Every stock has its own "vibration" and if one is
listed on the positive swing, then it will rally from
the outset, but many stocks like VG are launched
on the negative cycle and as a consequence fall,
until they find support at often very attractive
levels for astute traders, with good market timing.

Here's some anticipated key dates ahead for VG,
indicating swings in market sentiment:

     08 June 2006 ..... minor time cycle

     13 June 2006 ..... significant and positive

     15 June 2006 ..... minor and positive news

     22 June 2006 ..... minor

     03 July  2006 ..... significant and negative cycle

 07-10 July 2006 ..... 2 minor and positive cycles

      02 Aug 2006 ..... positive & finance-related??

      10 Aug 2006 ..... negative spotlight on VG

 18-21 Aug 2006 ..... 2 cycles mixed signals
                              = flat trading ...???

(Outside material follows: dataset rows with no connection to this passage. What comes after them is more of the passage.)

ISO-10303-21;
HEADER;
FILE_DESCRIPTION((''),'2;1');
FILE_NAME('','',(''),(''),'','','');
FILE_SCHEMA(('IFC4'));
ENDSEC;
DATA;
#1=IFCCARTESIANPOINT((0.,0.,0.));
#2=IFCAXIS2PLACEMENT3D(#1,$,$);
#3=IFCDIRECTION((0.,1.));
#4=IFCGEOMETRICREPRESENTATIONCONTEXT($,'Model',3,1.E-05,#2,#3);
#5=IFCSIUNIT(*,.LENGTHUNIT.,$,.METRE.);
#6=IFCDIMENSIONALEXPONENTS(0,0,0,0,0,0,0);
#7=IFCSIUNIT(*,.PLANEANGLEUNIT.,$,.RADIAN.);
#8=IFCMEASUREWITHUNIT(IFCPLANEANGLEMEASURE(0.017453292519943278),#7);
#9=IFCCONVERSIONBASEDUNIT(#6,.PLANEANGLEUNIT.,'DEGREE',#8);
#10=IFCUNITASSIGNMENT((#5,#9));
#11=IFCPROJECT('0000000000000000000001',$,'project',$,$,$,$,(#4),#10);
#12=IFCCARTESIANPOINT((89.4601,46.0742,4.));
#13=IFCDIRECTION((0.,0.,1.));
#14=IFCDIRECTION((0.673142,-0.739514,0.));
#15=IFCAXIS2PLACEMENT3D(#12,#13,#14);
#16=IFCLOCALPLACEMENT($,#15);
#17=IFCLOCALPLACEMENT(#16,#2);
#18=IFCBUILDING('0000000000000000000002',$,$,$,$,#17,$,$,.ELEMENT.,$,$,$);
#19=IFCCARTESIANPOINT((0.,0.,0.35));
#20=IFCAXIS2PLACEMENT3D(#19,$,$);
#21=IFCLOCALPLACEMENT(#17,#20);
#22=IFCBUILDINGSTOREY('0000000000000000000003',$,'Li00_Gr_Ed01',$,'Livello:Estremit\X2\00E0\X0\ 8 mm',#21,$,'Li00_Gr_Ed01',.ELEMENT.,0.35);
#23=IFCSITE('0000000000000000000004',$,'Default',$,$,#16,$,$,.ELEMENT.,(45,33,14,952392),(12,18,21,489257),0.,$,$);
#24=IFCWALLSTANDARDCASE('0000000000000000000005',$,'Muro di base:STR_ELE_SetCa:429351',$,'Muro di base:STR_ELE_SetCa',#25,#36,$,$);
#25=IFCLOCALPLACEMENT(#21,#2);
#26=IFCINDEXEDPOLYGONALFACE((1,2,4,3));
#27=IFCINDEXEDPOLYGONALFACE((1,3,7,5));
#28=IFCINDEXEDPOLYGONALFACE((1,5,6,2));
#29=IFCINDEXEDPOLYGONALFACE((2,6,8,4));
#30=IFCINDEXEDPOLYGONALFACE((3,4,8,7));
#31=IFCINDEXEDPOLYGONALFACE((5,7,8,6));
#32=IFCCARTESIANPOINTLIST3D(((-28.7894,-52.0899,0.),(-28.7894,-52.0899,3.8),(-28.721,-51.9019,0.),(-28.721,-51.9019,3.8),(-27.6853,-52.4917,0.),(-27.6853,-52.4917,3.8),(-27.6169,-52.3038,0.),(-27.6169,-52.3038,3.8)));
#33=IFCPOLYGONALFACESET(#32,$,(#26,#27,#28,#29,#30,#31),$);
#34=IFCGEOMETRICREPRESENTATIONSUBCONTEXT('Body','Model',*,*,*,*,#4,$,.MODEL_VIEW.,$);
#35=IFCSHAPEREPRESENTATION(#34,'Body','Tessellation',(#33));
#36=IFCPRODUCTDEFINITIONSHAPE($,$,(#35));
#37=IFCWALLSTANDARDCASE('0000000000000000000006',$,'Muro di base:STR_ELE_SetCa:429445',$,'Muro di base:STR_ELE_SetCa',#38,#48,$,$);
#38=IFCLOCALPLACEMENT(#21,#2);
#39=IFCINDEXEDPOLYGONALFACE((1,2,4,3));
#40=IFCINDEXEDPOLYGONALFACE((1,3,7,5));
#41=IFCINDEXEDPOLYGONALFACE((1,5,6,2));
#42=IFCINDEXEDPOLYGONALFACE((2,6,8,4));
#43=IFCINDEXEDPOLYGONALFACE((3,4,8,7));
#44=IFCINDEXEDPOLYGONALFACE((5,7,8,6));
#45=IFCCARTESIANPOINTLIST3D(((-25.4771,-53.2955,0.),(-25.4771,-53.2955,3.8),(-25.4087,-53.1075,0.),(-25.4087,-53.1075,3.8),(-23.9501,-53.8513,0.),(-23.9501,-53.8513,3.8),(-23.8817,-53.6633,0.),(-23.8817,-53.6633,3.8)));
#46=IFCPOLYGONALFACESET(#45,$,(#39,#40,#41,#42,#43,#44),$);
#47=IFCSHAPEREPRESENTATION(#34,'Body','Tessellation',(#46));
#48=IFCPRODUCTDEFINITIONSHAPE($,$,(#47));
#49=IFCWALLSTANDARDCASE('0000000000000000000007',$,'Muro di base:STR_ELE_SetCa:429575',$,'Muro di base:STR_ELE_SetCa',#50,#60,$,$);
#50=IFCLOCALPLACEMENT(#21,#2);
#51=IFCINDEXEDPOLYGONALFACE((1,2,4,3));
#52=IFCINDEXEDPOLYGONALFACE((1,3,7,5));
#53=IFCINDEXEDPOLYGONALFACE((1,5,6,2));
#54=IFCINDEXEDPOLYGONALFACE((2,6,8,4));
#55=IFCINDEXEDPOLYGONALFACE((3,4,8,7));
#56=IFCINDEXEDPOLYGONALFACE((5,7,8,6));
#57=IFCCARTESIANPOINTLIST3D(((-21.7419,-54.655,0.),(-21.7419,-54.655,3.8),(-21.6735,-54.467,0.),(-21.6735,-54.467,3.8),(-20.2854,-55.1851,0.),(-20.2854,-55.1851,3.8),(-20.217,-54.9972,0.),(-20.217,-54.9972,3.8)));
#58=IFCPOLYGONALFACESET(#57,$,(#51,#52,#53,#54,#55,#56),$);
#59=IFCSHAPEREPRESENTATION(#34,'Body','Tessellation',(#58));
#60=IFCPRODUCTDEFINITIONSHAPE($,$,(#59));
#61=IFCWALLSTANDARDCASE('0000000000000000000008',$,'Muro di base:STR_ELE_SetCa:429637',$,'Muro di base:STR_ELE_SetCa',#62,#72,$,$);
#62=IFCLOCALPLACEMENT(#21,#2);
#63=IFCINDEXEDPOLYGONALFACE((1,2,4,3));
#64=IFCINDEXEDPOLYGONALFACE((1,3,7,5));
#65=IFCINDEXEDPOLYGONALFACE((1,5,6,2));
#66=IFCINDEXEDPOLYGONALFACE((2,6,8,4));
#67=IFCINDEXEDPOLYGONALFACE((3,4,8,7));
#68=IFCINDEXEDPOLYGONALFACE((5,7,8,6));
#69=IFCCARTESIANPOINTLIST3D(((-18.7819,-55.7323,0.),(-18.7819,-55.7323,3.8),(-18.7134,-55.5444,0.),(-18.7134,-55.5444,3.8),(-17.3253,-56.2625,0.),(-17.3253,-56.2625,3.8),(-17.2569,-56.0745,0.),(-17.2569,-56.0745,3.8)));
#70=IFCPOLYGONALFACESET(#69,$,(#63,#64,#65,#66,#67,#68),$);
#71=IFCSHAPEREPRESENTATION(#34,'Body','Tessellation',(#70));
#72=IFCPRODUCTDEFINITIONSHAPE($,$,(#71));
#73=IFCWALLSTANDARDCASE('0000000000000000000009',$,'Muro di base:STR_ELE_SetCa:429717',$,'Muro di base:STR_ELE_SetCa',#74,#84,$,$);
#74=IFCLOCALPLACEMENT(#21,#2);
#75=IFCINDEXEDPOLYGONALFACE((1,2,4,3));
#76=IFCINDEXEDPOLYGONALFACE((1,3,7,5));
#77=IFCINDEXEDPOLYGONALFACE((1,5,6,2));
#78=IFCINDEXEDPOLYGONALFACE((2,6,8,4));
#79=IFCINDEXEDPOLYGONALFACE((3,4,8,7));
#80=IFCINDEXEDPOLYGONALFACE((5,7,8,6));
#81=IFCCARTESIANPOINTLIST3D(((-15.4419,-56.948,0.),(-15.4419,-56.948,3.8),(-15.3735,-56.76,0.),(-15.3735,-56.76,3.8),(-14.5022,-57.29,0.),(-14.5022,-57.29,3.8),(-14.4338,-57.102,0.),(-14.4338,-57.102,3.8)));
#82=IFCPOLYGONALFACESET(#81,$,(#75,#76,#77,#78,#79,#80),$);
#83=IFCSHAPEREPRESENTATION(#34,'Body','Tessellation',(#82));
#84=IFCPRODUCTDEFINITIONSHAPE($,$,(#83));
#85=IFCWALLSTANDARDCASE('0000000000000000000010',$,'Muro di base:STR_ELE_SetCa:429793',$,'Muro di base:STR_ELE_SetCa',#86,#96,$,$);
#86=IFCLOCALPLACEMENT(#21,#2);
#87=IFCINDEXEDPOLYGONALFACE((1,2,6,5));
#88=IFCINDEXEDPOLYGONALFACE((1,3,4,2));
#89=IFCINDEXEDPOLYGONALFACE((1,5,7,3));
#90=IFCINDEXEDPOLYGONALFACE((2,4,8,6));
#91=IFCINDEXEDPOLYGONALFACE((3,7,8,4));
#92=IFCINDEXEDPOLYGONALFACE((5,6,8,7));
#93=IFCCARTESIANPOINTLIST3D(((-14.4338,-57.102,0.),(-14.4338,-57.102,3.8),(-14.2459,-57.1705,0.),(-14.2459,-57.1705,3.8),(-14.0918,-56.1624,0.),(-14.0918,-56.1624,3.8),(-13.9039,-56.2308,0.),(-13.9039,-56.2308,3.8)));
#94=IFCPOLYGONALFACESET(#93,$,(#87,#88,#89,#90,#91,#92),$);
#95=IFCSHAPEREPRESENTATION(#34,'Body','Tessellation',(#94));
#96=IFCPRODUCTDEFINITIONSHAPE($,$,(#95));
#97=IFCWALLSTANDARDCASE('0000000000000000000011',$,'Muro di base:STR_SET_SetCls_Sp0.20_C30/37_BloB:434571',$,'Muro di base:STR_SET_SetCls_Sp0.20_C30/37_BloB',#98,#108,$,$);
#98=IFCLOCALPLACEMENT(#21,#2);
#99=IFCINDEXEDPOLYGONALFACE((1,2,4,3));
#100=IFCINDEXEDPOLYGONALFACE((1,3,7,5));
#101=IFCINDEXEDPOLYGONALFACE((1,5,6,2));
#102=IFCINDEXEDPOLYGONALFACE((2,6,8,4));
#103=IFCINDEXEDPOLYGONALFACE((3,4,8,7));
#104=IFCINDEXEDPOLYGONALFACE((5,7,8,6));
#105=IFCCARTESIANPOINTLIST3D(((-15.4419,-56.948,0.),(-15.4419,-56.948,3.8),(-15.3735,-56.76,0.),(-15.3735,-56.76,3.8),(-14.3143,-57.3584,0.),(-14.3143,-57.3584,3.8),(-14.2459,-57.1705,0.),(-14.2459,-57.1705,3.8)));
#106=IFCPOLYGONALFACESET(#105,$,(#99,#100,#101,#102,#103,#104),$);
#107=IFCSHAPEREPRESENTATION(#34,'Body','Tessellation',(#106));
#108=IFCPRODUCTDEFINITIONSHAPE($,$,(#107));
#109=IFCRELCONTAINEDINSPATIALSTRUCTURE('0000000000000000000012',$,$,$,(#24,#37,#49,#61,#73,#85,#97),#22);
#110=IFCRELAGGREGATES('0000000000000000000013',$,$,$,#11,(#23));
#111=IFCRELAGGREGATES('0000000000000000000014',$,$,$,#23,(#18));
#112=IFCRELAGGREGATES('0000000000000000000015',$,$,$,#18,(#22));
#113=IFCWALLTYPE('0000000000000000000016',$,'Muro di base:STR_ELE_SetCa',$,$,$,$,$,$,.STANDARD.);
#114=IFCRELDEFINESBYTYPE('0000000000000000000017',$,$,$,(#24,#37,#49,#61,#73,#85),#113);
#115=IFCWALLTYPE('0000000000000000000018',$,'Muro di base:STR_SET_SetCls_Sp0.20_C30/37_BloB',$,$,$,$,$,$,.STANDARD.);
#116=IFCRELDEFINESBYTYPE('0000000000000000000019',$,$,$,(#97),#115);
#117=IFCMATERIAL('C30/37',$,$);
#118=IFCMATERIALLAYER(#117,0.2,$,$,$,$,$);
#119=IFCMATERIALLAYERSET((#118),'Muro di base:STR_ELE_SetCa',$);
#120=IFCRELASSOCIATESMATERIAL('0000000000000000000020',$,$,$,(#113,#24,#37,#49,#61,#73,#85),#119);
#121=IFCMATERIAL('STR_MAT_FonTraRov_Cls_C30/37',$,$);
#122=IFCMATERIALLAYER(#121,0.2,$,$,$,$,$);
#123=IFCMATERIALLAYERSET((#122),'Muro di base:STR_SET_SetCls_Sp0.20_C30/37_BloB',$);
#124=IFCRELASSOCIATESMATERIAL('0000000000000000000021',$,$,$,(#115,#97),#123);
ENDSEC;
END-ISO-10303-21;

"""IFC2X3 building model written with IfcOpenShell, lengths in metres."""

from ifc_helpers import new_model, entity, si_unit, converted_unit, direction, frame, frame_2d, origin, place, context, subcontext, project, spatial, rectangle, extrude, material, layer, layer_set, layer_usage, type_object, element, save


model = new_model("IFC2X3")

# Units and contexts
model_context = context("Model", 3, precision=1e-05, world=origin(), true_north=direction((0.0, 1.0)))
body_context = subcontext(model_context, "Body", "Model", "MODEL_VIEW")
ifc_project = project(units=[si_unit("LENGTHUNIT", "METRE"), converted_unit("PLANEANGLEUNIT", "DEGREE", entity("IfcPlaneAngleMeasure", 0.017453292519943278), si_unit("PLANEANGLEUNIT", "RADIAN"), dimensions=[0, 0, 0, 0, 0, 0, 0])], contexts=[model_context])

# Site, building, storey
site_placement = place(None, frame((89.4601, 46.0742, 4.0), z_axis=(0.0, 0.0, 1.0), x_axis=(0.673142, -0.739514, 0.0)))
site = spatial("IfcSite", under=ifc_project, at=site_placement, Name="Default", CompositionType="ELEMENT", RefLatitude=(45, 33, 14, 952392), RefLongitude=(12, 18, 21, 489257), RefElevation=0.0)
building_placement = place(site_placement, origin())
building = spatial("IfcBuilding", under=site, at=building_placement, CompositionType="ELEMENT")
storey_placement = place(building_placement, frame((0.0, 0.0, 0.35)))
storey = spatial("IfcBuildingStorey", under=building, at=storey_placement, Name="Li00_Gr_Ed01", ObjectType="Livello:Estremità 8 mm", LongName="Li00_Gr_Ed01", CompositionType="ELEMENT", Elevation=0.35)

# Walls
ifc_material_1 = material(Name="C30/37")
ifc_layer_1 = layer(ifc_material_1, 0.2)
ifc_layer_set_1 = layer_set([ifc_layer_1], Name="Muro di base:STR_ELE_SetCa")
ifc_layer_usage_1 = layer_usage(ifc_layer_set_1, "AXIS2", "NEGATIVE", 0.1)
wall_type_1 = type_object("IfcWallType", Name="Muro di base:STR_ELE_SetCa", PredefinedType="STANDARD", material=ifc_layer_set_1)
wall_1_placement = place(storey_placement, frame((-28.7552, -51.9959, 0.0), z_axis=(0.0, 0.0, 1.0), x_axis=(0.939693, -0.34202, 0.0)))
element("IfcWallStandardCase", 1, at=wall_1_placement, inside=storey, type_object=wall_type_1, material=ifc_layer_usage_1, Name="Muro di base:STR_ELE_SetCa:429351", ObjectType="Muro di base:STR_ELE_SetCa", context=body_context, shape_type="SweptSolid", body=[
    extrude(rectangle(XDim=1.175, YDim=0.2, at=frame_2d((0.5875, 0.0), x_axis=(-1.0, 0.0))), origin(), (0.0, 0.0, 1.0), 3.8),
])
wall_2_placement = place(storey_placement, frame((-25.4429, -53.2015, 0.0), z_axis=(0.0, 0.0, 1.0), x_axis=(0.939693, -0.34202, 0.0)))
element("IfcWallStandardCase", 2, at=wall_2_placement, inside=storey, type_object=wall_type_1, material=ifc_layer_usage_1, Name="Muro di base:STR_ELE_SetCa:429445", ObjectType="Muro di base:STR_ELE_SetCa", context=body_context, shape_type="SweptSolid", body=[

25 Aug - 01 Sep 06 ... 2 cycles here should give VG 
a strong underlying negative tone.

28 Aug - 29 December 2006 ... give us another
underlying and negative cycle in VG and even 
though we may see some short-term positive
news, the VG market may well stay flat, during
this period.

06-09 September 2006 ... positive news ???

     11 September 2006 ... positive spotlight on VG

     20 September 2006 ... positive finances???

22-28 September 2006 ... major negative news
                                    for VG, may be worst
                                    in 2006 ..... ???

Further out VG looks negative, until the last few
days in 2006, then in January 2007, VG sentiment
should be mostly positive ..... 

happy days

  yogi


----------